Basta uma mecha nos olhos deslizar, Ou suas mãos na cintura descansar, Que meus membros reagem em sintonia Como se fossem reais suas fantasias.
Mas eu não tenho seu telefone. Você pronuncia errado o meu nome. Sempre em companhia de outros homens... Como eu defenderia meu coração?
"O meu lar é um céu vermelho..." "Eu tive de vender os meus cabelos..." "Por isso faço do meu corpo um puteiro..." "Solte minhas mãos e leve esse retrato."
Agora as réstias têm o seu formato. É você as sombras no meu quarto, As que se formam no corpo do travesseiro Onde padeço na insônia dos meus desejos.
sexta-feira, 23 de março de 2007
:: O ANO DO PORCO ::
Horas silenciosas em minhas fronteiras Sem quaisquer lições para reportar, Sequer um desejo para confrontar, Tão ineficazes no meu discernimento.
Só sensações pairam no íntimo orbe. O frio por um acaso na escuridão... Os lábios que roçaram nas minhas mãos... Da noite tomada no seu último toque.
Ecoa tudo, esse tempo é de morte! O sabor na xícara é da minha fusão. Perdemos as horas, estamos na contra-mão Do destino projetado em nosso riso.
Talvez me suportar seja preciso. Hoje nem lembrei com que sonhei... Joguei todo lixo fora, também meditei. Já inexiste seu nome no pó da estante.

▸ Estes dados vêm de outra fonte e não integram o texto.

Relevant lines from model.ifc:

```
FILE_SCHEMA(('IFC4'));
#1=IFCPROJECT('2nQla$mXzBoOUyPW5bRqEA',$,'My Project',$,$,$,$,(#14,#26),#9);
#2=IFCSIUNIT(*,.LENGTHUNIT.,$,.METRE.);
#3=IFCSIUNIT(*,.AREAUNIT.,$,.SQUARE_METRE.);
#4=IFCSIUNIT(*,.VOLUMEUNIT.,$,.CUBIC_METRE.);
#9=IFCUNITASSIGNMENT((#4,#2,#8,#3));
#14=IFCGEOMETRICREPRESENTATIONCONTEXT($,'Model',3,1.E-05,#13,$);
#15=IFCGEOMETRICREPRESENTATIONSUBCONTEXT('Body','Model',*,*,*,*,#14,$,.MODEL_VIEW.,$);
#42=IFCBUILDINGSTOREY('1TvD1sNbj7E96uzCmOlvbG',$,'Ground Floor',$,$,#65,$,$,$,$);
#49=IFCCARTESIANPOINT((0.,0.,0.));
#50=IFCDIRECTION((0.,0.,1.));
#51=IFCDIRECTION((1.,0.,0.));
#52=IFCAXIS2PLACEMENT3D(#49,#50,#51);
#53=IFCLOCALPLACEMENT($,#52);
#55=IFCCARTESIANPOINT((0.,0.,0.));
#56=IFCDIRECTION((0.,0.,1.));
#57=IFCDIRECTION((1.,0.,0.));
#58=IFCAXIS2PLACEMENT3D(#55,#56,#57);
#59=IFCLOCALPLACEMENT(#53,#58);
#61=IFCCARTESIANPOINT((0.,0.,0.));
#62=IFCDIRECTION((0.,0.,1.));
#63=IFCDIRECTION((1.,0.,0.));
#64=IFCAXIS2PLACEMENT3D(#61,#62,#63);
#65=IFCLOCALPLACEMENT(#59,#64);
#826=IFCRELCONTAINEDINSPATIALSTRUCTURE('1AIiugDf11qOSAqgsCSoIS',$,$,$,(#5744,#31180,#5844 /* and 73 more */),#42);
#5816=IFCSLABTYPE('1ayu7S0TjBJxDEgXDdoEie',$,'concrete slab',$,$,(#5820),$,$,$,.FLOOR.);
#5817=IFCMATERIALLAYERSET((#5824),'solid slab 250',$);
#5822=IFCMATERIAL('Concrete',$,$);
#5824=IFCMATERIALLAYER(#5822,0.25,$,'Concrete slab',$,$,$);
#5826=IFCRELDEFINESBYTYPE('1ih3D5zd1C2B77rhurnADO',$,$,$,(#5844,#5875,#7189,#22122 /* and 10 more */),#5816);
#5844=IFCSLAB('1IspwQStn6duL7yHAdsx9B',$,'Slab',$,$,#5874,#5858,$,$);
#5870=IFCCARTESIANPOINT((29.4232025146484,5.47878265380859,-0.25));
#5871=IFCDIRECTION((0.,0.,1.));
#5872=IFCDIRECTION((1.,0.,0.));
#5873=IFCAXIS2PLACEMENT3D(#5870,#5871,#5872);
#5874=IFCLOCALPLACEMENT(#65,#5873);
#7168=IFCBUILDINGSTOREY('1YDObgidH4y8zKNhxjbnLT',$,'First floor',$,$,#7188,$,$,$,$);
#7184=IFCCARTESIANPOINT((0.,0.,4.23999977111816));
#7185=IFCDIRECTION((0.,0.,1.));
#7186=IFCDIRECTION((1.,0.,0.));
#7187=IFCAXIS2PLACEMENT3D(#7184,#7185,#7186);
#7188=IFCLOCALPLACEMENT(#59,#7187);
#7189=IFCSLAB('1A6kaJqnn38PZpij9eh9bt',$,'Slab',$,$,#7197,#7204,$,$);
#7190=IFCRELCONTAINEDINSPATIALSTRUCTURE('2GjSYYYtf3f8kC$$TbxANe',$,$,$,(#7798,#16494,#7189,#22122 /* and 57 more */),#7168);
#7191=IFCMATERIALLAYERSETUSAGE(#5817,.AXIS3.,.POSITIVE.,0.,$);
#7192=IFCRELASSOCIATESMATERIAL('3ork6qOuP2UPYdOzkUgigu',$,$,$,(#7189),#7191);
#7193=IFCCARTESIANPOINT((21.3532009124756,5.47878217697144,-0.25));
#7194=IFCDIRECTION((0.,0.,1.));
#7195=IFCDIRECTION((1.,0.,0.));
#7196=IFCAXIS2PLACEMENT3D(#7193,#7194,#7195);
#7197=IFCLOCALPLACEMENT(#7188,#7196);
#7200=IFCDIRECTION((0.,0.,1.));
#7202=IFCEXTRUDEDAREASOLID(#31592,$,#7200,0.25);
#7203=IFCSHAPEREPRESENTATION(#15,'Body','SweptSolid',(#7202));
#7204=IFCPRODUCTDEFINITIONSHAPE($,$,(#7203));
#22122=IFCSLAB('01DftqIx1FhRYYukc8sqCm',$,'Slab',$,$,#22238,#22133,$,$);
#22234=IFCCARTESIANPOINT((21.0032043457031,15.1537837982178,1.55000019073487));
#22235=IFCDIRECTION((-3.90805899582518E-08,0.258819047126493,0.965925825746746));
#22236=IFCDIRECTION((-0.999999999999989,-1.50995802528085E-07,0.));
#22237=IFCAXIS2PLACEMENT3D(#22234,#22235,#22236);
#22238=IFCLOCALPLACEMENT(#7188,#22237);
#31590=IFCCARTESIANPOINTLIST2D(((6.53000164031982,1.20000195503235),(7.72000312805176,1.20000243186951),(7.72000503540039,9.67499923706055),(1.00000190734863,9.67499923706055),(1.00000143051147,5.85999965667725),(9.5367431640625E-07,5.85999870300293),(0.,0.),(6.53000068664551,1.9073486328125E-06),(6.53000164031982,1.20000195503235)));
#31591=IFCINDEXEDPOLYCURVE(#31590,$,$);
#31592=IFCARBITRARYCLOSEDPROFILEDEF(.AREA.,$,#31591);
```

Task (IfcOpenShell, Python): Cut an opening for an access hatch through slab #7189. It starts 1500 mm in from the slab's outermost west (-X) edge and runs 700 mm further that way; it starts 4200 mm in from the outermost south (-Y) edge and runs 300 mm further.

```python
import numpy as np
import ifcopenshell
import ifcopenshell.api.feature
import ifcopenshell.api.geometry
import ifcopenshell.api.root
import ifcopenshell.geom
import ifcopenshell.util.placement
import ifcopenshell.util.representation
import ifcopenshell.util.shape
import ifcopenshell.util.unit

model = ifcopenshell.open("model.ifc")
unit_scale = ifcopenshell.util.unit.calculate_unit_scale(model)
settings = ifcopenshell.geom.settings()


def volume(element):
    """Net volume in cubic metres, openings subtracted."""
    shape = ifcopenshell.geom.create_shape(settings, element)
    return ifcopenshell.util.shape.get_volume(shape.geometry)


slab = model.by_guid("1A6kaJqnn38PZpij9eh9bt")
before = volume(slab)

# Extent in the slab's own axes, in metres. The edges named are its -X and -Y sides.
slab_shape = ifcopenshell.geom.create_shape(settings, slab)
vertices = ifcopenshell.util.shape.get_vertices(slab_shape.geometry)
x_min, y_min, bottom = vertices.min(axis=0)
top = vertices[:, 2].max()

opening = ifcopenshell.api.root.create_entity(model, ifc_class="IfcOpeningElement", name="Access hatch opening", predefined_type="OPENING")
context = ifcopenshell.util.representation.get_context(model, "Model", "Body", "MODEL_VIEW")
width, depth = 0.7, 0.3
outline = [(0.0, 0.0), (width, 0.0), (width, depth), (0.0, depth), (0.0, 0.0)]
# Overshoot both faces by 50 mm so the cut is clean.
shape = ifcopenshell.api.geometry.add_slab_representation(
    model, context=context, depth=top - bottom + 0.1, polyline=outline
)
ifcopenshell.api.geometry.assign_representation(model, product=opening, representation=shape)

matrix = ifcopenshell.util.placement.get_local_placement(slab.ObjectPlacement)
matrix[:, 3] = matrix @ np.append(np.array([x_min + 1.5, y_min + 4.2, bottom - 0.05]) / unit_scale, 1.0)
ifcopenshell.api.geometry.edit_object_placement(model, product=opening, matrix=matrix, is_si=False)
ifcopenshell.api.feature.add_feature(model, feature=opening, element=slab)

after = volume(slab)

print(f"slab volume {before:.3f} -> {after:.3f} m3")

model.write("model_edited.ifc")
```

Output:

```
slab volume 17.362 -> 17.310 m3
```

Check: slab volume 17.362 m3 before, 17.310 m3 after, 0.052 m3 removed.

Ah, esse coração principiante... Acordei nas lembranças em que adormeci. O gosto da rotina faz você persistir. Na ausência você vibra mais em mim.
Os jornais são delírios anunciados Com folhas repletas do seu nome popular. Nos Classificados, fico a devanear... No meu leito há um perfume inviolado.

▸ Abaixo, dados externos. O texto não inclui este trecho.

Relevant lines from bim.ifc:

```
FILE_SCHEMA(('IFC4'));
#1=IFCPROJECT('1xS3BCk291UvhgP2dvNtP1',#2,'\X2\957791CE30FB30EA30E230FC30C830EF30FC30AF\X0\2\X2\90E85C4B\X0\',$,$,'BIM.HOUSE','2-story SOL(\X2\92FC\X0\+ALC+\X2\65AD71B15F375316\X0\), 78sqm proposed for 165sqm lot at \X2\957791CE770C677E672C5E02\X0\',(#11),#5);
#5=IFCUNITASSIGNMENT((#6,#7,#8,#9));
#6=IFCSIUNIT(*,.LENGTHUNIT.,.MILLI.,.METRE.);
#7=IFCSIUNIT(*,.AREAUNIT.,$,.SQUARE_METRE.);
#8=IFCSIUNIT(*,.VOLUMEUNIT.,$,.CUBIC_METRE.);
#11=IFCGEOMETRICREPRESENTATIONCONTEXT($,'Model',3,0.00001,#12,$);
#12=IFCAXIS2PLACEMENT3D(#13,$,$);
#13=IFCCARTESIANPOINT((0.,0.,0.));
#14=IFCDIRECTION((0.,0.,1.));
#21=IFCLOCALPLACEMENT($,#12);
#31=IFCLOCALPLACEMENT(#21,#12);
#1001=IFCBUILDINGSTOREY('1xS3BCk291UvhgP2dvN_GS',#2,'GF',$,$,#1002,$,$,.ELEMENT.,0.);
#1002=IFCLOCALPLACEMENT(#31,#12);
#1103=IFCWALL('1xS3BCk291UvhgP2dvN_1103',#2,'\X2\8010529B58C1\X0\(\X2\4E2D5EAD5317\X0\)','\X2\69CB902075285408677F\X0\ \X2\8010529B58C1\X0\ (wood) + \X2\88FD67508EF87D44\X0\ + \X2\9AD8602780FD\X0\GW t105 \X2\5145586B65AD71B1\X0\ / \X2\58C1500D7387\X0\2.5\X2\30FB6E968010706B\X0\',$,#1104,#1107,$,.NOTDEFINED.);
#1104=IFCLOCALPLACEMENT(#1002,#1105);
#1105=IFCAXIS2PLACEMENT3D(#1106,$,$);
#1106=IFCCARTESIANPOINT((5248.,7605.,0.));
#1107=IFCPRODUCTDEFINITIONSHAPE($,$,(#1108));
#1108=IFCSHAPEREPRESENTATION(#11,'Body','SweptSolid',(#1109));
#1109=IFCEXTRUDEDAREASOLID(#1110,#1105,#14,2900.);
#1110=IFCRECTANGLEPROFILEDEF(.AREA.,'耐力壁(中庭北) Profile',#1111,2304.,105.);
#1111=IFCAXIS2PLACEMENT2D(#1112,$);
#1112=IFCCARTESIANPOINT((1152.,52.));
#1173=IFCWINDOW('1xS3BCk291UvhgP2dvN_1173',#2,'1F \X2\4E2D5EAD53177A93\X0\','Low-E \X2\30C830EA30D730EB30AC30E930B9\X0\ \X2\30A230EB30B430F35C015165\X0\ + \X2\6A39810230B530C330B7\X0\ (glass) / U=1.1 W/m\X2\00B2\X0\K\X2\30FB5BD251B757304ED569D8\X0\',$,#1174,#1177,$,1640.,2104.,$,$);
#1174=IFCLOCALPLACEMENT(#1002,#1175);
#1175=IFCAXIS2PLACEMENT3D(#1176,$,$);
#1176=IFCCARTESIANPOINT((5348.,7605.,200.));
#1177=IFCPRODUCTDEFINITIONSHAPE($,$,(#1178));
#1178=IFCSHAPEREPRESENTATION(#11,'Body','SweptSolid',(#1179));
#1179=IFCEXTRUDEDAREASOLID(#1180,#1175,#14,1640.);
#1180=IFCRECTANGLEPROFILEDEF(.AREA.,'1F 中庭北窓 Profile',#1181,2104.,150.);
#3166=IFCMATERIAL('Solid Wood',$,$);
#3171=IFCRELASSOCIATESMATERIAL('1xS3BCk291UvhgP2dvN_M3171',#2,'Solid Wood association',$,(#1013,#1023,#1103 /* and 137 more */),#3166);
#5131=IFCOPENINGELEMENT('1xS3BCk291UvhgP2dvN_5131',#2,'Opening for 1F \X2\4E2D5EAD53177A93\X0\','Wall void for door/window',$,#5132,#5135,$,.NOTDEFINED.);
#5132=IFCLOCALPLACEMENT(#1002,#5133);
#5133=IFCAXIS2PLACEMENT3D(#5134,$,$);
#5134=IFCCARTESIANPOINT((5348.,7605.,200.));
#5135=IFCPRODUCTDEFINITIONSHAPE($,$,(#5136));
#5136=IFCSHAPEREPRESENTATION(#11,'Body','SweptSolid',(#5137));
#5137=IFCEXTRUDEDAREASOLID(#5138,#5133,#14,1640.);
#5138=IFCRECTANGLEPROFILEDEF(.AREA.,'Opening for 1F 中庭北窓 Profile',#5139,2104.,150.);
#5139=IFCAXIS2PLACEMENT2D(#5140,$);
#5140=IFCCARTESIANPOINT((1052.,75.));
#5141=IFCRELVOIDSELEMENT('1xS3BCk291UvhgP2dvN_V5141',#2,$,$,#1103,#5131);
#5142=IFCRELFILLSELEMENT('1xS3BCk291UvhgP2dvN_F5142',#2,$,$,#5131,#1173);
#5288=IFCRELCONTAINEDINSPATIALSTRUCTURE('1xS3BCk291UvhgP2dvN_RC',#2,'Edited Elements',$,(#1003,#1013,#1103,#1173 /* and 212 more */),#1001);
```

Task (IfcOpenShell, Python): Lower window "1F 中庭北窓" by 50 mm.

```python
import numpy as np
import ifcopenshell
import ifcopenshell.api.geometry
import ifcopenshell.util.placement
import ifcopenshell.util.unit

model = ifcopenshell.open("bim.ifc")
unit_scale = ifcopenshell.util.unit.calculate_unit_scale(model)

window = model.by_guid("1xS3BCk291UvhgP2dvN_1173")
opening = window.FillsVoids[0].RelatingOpeningElement
dz = -0.05 / unit_scale

shift = np.array([0.0, 0.0, dz])
# The window is not placed relative to its opening, so move both.
for product in (opening, window):
    matrix = ifcopenshell.util.placement.get_local_placement(product.ObjectPlacement)
    matrix[:3, 3] += shift
    ifcopenshell.api.geometry.edit_object_placement(model, product=product, matrix=matrix, is_si=False)

print(f"moved by {dz * unit_scale:+.3f} m")

model.write("bim_v2.ifc")
```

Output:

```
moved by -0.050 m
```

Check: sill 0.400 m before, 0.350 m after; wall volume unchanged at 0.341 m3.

É que sinto falta de ser amado... Procuro revoluções no meu horóscopo, Qualquer frase de efeito que me surpreenda, Que me rasgue no peito essa sua influência.

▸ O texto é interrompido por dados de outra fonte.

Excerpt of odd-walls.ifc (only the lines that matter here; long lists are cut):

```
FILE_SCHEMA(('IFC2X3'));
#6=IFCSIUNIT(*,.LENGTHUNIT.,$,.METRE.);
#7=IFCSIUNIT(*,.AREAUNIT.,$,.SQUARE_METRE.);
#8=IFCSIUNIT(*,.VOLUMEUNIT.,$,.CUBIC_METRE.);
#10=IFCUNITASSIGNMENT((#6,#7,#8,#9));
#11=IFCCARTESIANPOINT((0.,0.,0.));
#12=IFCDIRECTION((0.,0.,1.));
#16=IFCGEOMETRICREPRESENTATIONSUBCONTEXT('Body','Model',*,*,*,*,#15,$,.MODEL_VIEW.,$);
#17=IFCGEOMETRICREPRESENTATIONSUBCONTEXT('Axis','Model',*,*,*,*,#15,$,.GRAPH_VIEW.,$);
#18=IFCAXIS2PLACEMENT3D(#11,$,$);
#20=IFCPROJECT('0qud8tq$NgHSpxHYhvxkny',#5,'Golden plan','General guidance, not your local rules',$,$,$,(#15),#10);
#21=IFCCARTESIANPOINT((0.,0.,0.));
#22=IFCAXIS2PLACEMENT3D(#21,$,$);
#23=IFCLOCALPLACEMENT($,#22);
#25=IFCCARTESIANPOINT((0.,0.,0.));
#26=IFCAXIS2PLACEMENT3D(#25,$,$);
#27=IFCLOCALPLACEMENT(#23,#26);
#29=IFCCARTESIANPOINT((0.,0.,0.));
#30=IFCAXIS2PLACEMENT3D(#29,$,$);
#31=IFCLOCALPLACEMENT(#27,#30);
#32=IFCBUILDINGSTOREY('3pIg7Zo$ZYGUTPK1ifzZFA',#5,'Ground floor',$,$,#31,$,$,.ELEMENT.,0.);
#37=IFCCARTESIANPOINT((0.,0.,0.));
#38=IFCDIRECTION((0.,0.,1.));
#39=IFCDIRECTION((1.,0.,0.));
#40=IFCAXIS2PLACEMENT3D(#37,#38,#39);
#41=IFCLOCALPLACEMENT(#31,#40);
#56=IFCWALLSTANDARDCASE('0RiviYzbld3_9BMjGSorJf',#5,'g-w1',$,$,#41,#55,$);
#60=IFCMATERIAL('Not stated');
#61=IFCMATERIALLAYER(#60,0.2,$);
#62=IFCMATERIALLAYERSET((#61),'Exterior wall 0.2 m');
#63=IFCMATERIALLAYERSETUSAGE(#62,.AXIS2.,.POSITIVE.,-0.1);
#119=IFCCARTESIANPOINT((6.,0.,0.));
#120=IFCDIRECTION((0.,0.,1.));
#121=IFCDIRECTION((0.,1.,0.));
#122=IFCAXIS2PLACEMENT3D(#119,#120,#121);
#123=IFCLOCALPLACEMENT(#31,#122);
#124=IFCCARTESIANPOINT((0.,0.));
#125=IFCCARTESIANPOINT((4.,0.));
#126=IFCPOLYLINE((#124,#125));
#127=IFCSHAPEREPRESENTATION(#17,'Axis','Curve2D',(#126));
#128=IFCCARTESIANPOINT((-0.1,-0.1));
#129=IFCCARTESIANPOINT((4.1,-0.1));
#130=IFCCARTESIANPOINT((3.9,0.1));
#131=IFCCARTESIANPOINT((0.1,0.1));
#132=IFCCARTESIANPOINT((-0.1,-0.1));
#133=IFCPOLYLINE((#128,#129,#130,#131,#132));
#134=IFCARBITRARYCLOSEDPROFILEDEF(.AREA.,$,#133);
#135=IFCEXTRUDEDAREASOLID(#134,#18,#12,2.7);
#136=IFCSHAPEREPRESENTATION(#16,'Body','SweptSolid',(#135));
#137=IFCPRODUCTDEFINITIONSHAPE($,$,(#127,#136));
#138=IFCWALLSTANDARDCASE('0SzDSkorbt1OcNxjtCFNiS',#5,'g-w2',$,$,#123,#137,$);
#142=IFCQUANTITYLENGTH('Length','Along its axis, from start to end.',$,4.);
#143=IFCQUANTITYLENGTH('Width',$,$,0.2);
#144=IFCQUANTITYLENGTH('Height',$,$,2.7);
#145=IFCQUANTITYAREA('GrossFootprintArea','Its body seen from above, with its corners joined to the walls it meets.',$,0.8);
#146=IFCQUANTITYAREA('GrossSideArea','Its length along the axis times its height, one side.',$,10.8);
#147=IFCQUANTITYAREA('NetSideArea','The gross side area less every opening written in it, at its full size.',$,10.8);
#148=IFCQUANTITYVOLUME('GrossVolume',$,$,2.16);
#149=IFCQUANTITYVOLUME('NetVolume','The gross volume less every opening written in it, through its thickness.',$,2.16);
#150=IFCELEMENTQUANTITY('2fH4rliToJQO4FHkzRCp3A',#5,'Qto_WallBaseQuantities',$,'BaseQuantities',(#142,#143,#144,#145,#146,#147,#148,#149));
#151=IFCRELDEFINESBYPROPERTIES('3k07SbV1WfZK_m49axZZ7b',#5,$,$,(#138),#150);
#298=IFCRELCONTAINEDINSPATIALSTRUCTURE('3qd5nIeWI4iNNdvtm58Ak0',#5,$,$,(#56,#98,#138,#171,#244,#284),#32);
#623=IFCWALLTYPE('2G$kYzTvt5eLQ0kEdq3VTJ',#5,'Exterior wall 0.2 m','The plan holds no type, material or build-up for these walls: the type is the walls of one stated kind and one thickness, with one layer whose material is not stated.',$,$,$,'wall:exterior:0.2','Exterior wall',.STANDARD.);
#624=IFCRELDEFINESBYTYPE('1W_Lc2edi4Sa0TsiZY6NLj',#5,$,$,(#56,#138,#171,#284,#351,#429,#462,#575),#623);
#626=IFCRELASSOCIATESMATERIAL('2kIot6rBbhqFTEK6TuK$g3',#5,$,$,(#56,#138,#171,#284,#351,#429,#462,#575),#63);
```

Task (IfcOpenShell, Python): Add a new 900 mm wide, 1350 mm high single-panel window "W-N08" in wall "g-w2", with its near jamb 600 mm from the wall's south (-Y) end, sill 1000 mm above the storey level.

```python
import numpy as np
import ifcopenshell
import ifcopenshell.api.feature
import ifcopenshell.api.geometry
import ifcopenshell.api.pset
import ifcopenshell.api.root
import ifcopenshell.api.spatial
import ifcopenshell.api.type
import ifcopenshell.geom
import ifcopenshell.util.element
import ifcopenshell.util.placement
import ifcopenshell.util.representation
import ifcopenshell.util.shape
import ifcopenshell.util.unit

model = ifcopenshell.open("odd-walls.ifc")
unit_scale = ifcopenshell.util.unit.calculate_unit_scale(model)
area_scale = ifcopenshell.util.unit.calculate_unit_scale(model, "AREAUNIT")
volume_scale = ifcopenshell.util.unit.calculate_unit_scale(model, "VOLUMEUNIT")
settings = ifcopenshell.geom.settings()


def volume(element):
    """Net volume in cubic metres, openings subtracted."""
    shape = ifcopenshell.geom.create_shape(settings, element)
    return ifcopenshell.util.shape.get_volume(shape.geometry)


wall = model.by_guid("0SzDSkorbt1OcNxjtCFNiS")
storey = ifcopenshell.util.element.get_container(wall, ifc_class="IfcBuildingStorey")
context = ifcopenshell.util.representation.get_context(model, "Model", "Body", "MODEL_VIEW")
before = volume(wall)

width, height, from_end, sill = 0.9, 1.35, 0.6, 1  # metres

# The wall runs along its own X axis, and the end named is its -X end.
wall_shape = ifcopenshell.geom.create_shape(settings, wall)
x, y, z = ifcopenshell.util.shape.get_vertices(wall_shape.geometry).T
start = x.min() + from_end
face, thickness = float(y.min()), float(y.max() - y.min())
wall_matrix = ifcopenshell.util.placement.get_local_placement(wall.ObjectPlacement)
level = ifcopenshell.util.placement.get_local_placement(storey.ObjectPlacement)[2, 3]


def in_wall(x, y):
    """Placement at x, y metres in the wall's axes, at sill height."""
    matrix = wall_matrix.copy()
    matrix[:, 3] = wall_matrix @ np.array([x / unit_scale, y / unit_scale, 0.0, 1.0])
    matrix[2, 3] = level + sill / unit_scale
    return matrix


# Opening: a box that overshoots both wall faces by 50 mm.
opening = ifcopenshell.api.root.create_entity(model, ifc_class="IfcOpeningElement")
box = ifcopenshell.api.geometry.add_wall_representation(
    model, context=context, length=width, height=height, thickness=thickness + 0.1
)
ifcopenshell.api.geometry.assign_representation(model, product=opening, representation=box)
ifcopenshell.api.geometry.edit_object_placement(model, product=opening, matrix=in_wall(start, face - 0.05), is_si=False)
ifcopenshell.api.feature.add_feature(model, feature=opening, element=wall)

window = ifcopenshell.api.root.create_entity(model, ifc_class="IfcWindow", name="W-N08")
window.OverallWidth, window.OverallHeight = width / unit_scale, height / unit_scale
body = ifcopenshell.api.geometry.add_window_representation(
    model,
    context=context,
    overall_width=window.OverallWidth,
    overall_height=window.OverallHeight,
    partition_type="SINGLE_PANEL",
)
ifcopenshell.api.geometry.assign_representation(model, product=window, representation=body)
ifcopenshell.api.spatial.assign_container(model, products=[window], relating_structure=storey)
fills = ifcopenshell.api.feature.add_filling(model, opening=opening, element=window)
fills.OwnerHistory = window.OwnerHistory  # required in IFC2X3

# IFC2X3 keeps the operation on the window style.
style = ifcopenshell.api.root.create_entity(model, ifc_class="IfcWindowStyle", name="W-N08")
style.OperationType, style.ConstructionType = "SINGLE_PANEL", "NOTDEFINED"
style.ParameterTakesPrecedence = style.Sizeable = False
ifcopenshell.api.type.assign_type(model, related_objects=[window], relating_type=style)

# Centre the window in the wall's thickness.
ifcopenshell.api.geometry.edit_object_placement(model, product=window, matrix=in_wall(start, face), is_si=False)
window_shape = ifcopenshell.geom.create_shape(settings, window)
depth = ifcopenshell.util.shape.get_vertices(window_shape.geometry)[:, 1]
offset = face + thickness / 2 - (depth.min() + depth.max()) / 2
ifcopenshell.api.geometry.edit_object_placement(model, product=window, matrix=in_wall(start, offset), is_si=False)

after = volume(wall)

# Update the wall's stored quantities.
qto = model.by_id(ifcopenshell.util.element.get_pset(wall, "Qto_WallBaseQuantities", should_inherit=False)["id"])
ifcopenshell.api.pset.edit_qto(model, qto=qto, properties={
    "NetSideArea": after / thickness / area_scale,
    "NetVolume": after / volume_scale,
})

print(f"wall volume {before:.3f} -> {after:.3f} m3")

model.write("odd-walls-out.ifc")
```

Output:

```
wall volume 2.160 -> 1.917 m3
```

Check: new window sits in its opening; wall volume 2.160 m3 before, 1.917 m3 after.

Em letras graúdas, uma manchete anuncia A profecia bem-vinda do Ano do Porco Onde vaidade e amor não se conjugam, Felicidade e rancor não se recheiam.
Esgotado nesses limites que desnorteiam, Ponho já toda minha fé nessa predição... Confio mais num porco que na solidão! E faço desse ano a minha redenção.
quarta-feira, 14 de março de 2007
:: AOS TÍMIDOS ::
Entre atos envenenados de relutância, A timidez sonega os nossos desejos Contaminando expectativas sustentadas No corpo frio dos nossos receios.
Insistimos na métrica da resistência. De um lado, você flerta com parcimônia, No outro, eu recordo minha insônia... E assim simulamos nossa inocência.
Quando um golpe de dúvida nos captura, Nunca ousamos reagir diferente. Nós naufragamos no fosso da gente Acorrentados numa frialdade soturna.
Nossos ombros fraquejam nas armaduras. Qualquer gesto em falso é encantamento. O que restará nas órbitas dos olhos Quando o instinto se rebelar a contento?
Eu me idealizo na sua aura hipnótica. Você me sorve em bílis negra com vodca. Os desejos se apegam em vis detalhes. Sabemos da trágica arte dos covardes...
Mais trágica ainda essa coincidência De me reconhecer nos gestos que te apanham, Na embriaguez dos olhos que se abandonam Numa absorvente sombra de solidão.
Eu suspiro e tudo parece em vão. Que maldita sina essa a dos cínicos! A nostalgia de romper os laços... Essa incapacidade de manter os vínculos...
domingo, 11 de março de 2007
:: VILANIAS ::
Quando a razão faz de nós dois oponentes, Quando transformo você em meu alvo, Minhas ressalvas soam tão inconseqüentes, Eu me entrego a esse poema acidental.
O gosto nos lábios tem caráter inconstante. Nós construímos mil enigmas sentimentais. O que é acaso não distrai como antes. Os nossos pares são deslizes amorais.
Nesse meu jeito há uma dor lancinante... Na tua sombra prevejo uma cor mordaz. E se um encontro se estabelece inebriante, Os nossos corpos se intumescem como rivais.
O teu desejo me descontraiu, era proibido! Também aos outros você fingiu intensamente? Eu me iludi no véu das suas vilanias. Na perspicácia do seu olhar irreverente.
Quando a mágoa fez de mim um combatente, Eu resolvi dos seus abraços me libertar... Você sorriu na travessia do meu sentimento. Agora vive nesses versos a se vingar.